Lucía Sánchez, Reportera 2.0- La siesta no es signo de pereza, sino de inteligencia. Está demostrado científicamente que dormir veinte minutos mejora la atención, la productividad y nuestro estado de ánimo. Unos beneficios que nos vienen de perlas si tenemos en cuenta nuestro movimiento y quehacer diario. ¡Y éstos no son los únicos, hay más! Por eso no es de extrañar que sea, junto con las tapas, una costumbre española que ha cruzado toda frontera.

Viene de la expresión latina hora sexta, momento en el que los romanos descansaban de sus labores para reponer fuerzas, entre las doce del mediodía y las tres de la tarde.

Se entiende que antiguamente los jornaleros tuviesen un descanso, pero ¿ahora? ¿Es necesaria? ¿Beneficia o perjudica? Muchos han sido los estudios e investigaciones que se han elaborado al respecto. La NASA, por ejemplo, comprobó que un sueño de 26 minutos mejoraba el rendimiento de sus controladores aéreos en un 34% y reforzaba el estado de alerta de los trabajadores en un 54%. Con estos resultados, ¡se apuntaron al descanso español!

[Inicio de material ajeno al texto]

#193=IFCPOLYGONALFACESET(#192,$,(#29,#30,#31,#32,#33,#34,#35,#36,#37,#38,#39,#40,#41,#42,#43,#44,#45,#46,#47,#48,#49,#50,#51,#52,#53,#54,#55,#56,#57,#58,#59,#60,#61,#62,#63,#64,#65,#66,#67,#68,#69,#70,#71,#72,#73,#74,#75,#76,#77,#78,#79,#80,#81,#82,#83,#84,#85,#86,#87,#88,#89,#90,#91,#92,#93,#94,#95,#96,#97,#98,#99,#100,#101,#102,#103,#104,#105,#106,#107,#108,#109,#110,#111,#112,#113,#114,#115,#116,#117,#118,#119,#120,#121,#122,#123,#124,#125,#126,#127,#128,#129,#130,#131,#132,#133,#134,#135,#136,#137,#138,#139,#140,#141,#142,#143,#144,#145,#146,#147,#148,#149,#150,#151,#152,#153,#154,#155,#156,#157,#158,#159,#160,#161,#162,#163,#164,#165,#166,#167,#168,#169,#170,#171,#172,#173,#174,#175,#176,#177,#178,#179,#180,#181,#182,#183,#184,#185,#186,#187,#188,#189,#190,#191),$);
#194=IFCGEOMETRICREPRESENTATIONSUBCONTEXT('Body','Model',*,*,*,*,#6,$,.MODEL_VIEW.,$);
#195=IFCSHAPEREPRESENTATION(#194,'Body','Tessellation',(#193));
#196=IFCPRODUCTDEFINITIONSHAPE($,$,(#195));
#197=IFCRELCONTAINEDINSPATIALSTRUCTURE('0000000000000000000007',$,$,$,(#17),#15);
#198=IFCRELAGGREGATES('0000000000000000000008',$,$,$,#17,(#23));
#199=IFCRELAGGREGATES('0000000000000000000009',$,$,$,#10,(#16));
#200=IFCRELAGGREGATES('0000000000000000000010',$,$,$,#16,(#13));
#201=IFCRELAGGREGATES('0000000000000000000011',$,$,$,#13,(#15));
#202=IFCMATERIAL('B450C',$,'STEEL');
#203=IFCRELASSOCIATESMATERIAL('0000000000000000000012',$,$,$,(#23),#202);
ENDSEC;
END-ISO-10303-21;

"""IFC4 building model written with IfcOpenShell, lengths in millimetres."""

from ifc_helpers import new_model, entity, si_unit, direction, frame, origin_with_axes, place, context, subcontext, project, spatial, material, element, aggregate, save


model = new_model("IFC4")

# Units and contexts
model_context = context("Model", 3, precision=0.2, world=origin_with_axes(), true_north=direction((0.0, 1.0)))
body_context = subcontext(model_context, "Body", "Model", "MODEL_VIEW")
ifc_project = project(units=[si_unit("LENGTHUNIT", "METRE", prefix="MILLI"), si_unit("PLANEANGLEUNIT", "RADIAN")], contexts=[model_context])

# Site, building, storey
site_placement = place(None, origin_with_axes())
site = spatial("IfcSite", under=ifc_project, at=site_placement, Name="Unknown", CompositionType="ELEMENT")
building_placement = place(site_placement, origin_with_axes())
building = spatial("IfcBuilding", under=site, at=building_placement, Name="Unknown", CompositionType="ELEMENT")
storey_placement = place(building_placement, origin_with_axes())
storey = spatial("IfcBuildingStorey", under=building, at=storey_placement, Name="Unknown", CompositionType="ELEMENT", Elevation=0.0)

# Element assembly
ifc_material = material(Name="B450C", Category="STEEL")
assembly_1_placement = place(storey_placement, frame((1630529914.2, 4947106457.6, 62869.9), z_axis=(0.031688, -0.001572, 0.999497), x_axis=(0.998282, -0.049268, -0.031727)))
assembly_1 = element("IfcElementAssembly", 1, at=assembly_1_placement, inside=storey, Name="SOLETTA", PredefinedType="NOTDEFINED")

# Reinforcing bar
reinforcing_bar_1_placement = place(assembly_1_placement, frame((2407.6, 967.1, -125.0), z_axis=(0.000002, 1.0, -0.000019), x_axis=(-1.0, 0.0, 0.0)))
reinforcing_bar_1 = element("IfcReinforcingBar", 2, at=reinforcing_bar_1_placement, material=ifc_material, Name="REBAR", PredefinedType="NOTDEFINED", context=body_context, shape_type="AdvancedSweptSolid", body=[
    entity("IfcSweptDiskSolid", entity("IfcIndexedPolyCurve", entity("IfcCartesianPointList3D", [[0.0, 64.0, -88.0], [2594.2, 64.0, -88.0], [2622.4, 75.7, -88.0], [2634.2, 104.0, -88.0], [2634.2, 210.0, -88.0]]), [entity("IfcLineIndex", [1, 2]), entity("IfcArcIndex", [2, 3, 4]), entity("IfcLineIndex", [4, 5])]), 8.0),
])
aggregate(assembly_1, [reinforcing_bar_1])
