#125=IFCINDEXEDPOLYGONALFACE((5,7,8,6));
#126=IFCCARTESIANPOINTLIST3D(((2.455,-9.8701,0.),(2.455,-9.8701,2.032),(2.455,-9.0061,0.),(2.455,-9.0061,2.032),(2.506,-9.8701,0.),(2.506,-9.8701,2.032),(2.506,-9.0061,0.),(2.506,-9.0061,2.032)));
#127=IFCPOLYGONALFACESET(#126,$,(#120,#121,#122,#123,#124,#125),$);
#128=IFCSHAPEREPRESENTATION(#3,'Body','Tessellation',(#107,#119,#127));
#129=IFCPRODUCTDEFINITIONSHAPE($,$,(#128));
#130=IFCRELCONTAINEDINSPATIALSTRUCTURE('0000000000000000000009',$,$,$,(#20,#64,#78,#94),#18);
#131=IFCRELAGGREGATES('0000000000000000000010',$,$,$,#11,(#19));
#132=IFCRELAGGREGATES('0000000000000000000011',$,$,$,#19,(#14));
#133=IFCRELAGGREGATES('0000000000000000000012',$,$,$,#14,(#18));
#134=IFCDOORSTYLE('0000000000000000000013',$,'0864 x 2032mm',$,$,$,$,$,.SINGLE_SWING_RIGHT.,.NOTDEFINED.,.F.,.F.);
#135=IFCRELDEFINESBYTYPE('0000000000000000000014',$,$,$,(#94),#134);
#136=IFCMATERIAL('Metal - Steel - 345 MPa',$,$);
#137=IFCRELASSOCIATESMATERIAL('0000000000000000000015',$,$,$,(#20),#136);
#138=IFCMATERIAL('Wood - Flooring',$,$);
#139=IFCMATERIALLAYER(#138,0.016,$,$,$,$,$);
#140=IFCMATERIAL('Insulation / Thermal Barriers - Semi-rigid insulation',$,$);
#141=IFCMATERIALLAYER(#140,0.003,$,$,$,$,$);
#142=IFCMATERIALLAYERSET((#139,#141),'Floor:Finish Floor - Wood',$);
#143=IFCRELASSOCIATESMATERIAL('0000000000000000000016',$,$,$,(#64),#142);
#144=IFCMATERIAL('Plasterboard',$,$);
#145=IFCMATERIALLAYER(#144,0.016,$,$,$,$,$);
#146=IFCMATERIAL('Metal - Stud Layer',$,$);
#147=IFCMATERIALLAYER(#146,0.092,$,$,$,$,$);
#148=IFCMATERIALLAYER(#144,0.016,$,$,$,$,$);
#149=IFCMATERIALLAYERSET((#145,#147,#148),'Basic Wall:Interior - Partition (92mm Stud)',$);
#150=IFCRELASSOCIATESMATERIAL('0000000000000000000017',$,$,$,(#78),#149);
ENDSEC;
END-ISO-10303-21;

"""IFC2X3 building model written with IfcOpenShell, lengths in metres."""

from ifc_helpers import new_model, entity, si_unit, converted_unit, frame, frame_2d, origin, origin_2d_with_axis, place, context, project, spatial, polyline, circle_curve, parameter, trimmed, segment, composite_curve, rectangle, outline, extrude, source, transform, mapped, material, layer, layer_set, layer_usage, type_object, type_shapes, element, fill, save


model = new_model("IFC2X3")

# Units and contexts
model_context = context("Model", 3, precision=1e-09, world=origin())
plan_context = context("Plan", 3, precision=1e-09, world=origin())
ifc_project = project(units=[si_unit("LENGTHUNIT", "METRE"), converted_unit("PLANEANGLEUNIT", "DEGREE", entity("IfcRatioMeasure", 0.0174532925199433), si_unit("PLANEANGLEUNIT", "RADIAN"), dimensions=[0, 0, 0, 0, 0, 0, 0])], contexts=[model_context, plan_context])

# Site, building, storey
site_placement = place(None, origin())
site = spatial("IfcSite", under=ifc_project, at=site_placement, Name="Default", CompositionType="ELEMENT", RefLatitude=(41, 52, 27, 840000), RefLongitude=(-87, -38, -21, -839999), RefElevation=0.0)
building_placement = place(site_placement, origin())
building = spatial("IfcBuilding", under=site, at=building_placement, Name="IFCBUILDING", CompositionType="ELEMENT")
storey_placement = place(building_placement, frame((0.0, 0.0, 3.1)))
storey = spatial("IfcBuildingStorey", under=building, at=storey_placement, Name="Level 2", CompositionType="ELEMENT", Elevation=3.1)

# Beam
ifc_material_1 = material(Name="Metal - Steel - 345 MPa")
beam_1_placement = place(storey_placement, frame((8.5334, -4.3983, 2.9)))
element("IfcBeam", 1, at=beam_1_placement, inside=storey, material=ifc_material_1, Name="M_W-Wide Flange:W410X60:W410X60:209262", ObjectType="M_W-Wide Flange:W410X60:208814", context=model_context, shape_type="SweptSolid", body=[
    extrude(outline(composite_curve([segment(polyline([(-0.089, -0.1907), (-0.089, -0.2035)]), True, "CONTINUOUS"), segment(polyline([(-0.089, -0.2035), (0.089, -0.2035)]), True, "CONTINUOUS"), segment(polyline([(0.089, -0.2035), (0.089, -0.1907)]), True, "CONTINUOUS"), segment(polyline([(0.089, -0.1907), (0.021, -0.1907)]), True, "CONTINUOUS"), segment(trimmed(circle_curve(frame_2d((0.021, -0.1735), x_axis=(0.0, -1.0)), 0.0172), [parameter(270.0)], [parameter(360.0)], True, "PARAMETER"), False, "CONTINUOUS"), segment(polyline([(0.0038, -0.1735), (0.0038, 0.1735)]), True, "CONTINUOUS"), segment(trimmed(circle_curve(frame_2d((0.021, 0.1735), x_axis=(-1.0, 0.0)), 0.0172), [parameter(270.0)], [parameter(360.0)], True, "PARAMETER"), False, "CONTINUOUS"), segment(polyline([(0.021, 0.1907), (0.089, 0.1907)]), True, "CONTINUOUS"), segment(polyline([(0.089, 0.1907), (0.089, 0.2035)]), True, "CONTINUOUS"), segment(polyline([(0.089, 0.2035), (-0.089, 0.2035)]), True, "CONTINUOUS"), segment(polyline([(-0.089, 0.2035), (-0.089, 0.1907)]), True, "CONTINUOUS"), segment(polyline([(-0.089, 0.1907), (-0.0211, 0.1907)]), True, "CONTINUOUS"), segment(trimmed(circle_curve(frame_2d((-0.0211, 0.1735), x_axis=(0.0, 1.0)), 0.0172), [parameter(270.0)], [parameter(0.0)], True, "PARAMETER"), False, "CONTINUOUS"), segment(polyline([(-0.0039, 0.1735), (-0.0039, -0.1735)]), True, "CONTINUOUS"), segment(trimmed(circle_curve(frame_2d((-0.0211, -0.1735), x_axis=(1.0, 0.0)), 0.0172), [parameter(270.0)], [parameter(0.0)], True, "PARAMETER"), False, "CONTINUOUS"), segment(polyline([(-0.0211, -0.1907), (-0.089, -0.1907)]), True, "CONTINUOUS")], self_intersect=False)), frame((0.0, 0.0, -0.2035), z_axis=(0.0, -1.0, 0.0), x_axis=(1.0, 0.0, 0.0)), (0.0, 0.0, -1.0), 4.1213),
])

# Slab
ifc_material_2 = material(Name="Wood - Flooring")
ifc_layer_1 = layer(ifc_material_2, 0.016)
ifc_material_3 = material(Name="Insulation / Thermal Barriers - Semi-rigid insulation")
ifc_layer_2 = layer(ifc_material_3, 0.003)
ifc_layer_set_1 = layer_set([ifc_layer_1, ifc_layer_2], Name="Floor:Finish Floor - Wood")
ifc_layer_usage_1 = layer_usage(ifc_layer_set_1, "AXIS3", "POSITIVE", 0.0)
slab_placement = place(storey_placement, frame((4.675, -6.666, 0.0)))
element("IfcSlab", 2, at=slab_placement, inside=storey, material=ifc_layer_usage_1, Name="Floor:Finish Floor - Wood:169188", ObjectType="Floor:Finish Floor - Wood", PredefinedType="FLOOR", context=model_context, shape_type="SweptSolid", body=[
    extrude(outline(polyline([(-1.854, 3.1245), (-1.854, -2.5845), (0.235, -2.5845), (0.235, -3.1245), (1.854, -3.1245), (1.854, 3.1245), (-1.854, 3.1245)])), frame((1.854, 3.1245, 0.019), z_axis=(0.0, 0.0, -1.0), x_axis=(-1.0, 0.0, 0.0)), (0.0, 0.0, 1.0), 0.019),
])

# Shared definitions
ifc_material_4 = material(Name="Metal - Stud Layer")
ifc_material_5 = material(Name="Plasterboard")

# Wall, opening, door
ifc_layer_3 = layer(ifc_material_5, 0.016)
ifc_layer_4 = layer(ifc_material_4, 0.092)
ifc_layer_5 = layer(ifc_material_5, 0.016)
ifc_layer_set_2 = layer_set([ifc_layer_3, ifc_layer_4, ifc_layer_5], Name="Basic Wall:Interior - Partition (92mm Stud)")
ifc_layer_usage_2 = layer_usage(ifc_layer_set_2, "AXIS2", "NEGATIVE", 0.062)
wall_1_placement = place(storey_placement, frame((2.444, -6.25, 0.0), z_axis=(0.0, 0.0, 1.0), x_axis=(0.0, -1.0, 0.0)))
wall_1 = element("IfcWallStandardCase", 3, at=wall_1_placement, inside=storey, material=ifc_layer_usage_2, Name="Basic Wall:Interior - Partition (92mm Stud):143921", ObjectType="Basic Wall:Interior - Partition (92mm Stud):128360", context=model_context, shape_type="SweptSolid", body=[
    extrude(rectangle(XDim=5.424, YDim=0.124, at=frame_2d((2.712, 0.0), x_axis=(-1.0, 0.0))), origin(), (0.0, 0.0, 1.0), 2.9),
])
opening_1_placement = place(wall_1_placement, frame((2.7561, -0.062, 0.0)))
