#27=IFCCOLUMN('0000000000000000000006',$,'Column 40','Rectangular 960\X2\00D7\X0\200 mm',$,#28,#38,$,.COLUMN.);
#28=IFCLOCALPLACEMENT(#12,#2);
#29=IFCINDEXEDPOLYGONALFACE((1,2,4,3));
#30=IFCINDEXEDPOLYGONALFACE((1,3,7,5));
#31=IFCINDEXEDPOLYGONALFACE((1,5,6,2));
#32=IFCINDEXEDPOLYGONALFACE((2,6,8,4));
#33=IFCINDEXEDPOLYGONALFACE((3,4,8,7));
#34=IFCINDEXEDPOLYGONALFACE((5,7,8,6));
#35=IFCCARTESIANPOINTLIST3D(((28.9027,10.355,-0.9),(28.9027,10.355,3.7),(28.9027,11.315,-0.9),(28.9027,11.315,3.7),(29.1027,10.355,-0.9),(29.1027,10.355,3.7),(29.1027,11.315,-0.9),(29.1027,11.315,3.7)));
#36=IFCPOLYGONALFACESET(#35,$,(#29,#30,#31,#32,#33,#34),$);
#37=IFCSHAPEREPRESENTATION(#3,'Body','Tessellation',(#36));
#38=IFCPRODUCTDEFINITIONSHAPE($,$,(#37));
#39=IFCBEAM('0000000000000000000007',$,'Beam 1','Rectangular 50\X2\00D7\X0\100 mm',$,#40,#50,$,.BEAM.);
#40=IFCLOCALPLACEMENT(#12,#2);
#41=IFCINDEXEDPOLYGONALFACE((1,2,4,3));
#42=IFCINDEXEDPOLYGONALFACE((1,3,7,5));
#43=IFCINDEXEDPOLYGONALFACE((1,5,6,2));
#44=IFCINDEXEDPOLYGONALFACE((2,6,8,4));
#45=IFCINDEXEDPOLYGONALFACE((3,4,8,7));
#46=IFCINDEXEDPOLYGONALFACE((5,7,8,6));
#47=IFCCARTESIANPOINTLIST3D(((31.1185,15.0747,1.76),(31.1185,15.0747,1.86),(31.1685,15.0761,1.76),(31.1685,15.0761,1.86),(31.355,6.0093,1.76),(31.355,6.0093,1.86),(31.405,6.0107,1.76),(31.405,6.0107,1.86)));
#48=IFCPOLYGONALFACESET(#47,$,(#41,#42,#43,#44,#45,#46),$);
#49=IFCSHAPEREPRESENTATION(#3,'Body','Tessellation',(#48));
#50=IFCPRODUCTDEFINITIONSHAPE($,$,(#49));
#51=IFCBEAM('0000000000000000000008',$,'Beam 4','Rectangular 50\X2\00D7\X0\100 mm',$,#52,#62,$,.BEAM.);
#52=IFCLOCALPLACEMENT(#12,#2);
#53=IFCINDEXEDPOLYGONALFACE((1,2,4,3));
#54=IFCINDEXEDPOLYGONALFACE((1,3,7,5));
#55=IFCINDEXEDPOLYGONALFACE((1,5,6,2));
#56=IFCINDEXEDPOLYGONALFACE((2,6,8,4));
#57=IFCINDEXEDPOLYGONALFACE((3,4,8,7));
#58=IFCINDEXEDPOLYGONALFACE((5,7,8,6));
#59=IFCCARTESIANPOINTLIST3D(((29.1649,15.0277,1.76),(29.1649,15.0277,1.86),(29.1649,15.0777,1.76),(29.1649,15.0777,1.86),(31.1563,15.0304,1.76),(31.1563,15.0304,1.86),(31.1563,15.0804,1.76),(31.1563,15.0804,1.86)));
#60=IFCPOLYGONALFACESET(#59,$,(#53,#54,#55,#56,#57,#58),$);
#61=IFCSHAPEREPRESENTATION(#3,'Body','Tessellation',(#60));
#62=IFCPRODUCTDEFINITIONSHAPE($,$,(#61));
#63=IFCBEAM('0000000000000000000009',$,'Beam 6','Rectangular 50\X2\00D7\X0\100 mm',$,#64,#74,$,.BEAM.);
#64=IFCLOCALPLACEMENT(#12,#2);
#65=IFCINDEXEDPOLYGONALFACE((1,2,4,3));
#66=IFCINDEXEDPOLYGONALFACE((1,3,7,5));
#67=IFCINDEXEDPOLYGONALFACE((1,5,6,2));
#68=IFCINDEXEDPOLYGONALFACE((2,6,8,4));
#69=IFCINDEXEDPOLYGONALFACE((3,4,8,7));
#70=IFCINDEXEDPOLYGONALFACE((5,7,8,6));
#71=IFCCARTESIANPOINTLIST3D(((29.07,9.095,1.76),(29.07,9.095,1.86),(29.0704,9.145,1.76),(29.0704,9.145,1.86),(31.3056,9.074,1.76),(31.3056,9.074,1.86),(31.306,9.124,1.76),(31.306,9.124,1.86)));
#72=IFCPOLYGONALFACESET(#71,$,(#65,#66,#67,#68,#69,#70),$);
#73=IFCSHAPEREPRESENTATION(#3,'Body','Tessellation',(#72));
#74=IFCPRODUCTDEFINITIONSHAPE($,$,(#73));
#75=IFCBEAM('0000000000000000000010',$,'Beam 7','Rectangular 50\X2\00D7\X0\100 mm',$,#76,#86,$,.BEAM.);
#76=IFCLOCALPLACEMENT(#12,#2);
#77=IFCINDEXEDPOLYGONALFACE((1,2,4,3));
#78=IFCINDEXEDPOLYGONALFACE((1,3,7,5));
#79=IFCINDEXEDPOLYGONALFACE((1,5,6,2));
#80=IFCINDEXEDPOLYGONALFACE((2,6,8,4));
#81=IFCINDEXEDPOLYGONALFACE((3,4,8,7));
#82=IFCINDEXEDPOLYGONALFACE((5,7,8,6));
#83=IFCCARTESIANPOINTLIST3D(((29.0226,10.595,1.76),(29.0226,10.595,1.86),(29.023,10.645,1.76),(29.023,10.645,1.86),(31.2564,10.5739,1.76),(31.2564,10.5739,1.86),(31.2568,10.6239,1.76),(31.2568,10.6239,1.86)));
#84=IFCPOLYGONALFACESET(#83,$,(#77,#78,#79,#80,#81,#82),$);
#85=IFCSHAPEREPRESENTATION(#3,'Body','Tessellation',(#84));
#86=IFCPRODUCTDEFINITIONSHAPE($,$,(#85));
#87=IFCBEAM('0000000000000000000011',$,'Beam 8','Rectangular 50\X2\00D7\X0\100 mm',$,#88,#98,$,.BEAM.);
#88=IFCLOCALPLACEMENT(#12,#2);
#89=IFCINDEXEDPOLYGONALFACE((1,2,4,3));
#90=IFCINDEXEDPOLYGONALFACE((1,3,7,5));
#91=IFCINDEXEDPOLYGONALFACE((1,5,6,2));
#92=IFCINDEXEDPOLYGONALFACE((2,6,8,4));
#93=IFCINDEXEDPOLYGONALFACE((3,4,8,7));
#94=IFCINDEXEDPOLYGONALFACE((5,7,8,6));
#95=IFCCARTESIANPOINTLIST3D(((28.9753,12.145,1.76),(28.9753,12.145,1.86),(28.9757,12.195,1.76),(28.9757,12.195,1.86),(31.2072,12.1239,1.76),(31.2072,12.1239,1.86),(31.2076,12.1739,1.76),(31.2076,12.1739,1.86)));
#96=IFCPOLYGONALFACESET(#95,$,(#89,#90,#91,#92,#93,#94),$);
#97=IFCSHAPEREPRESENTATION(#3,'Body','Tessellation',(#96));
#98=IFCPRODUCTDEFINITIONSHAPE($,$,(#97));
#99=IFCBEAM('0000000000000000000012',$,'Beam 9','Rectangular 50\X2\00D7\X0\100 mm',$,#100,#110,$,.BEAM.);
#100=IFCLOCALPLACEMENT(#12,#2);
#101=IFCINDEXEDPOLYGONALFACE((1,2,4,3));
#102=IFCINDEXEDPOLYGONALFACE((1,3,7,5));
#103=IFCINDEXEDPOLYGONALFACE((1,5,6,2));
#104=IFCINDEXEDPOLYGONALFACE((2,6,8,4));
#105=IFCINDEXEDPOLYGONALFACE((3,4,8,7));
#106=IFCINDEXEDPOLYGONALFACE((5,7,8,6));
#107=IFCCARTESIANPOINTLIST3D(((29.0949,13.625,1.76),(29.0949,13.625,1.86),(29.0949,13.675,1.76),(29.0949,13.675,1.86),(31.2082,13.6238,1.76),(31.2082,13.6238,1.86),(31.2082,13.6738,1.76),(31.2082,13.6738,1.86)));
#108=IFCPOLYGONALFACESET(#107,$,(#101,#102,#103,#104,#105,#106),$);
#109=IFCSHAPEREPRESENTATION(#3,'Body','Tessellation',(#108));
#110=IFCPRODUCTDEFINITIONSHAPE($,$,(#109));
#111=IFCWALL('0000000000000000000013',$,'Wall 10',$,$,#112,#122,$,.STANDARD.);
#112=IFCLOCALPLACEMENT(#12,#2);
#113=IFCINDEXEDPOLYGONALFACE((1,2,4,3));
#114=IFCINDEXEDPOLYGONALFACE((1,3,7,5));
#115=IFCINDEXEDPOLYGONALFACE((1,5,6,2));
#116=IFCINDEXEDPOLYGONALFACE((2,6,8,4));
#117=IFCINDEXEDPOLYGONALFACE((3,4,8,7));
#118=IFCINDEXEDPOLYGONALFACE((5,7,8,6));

Veinte minutos de sueño libera tensiones y contrarresta el estrés diario, disminuye los riesgos cardiovasculares, aumenta tu capacidad de concentración, de productividad, de creatividad y mejora la digestión. Pero, ¡ojo! No debemos alargar la siesta más de lo debido, si no podemos alterar nuestro ciclo de sueño.

Con todos estos beneficios, ¿a quién no le apetece descansar veinte minutos? ¡Márcate una siesta! ¡Te lo mereces! ;D

Dulces sueños.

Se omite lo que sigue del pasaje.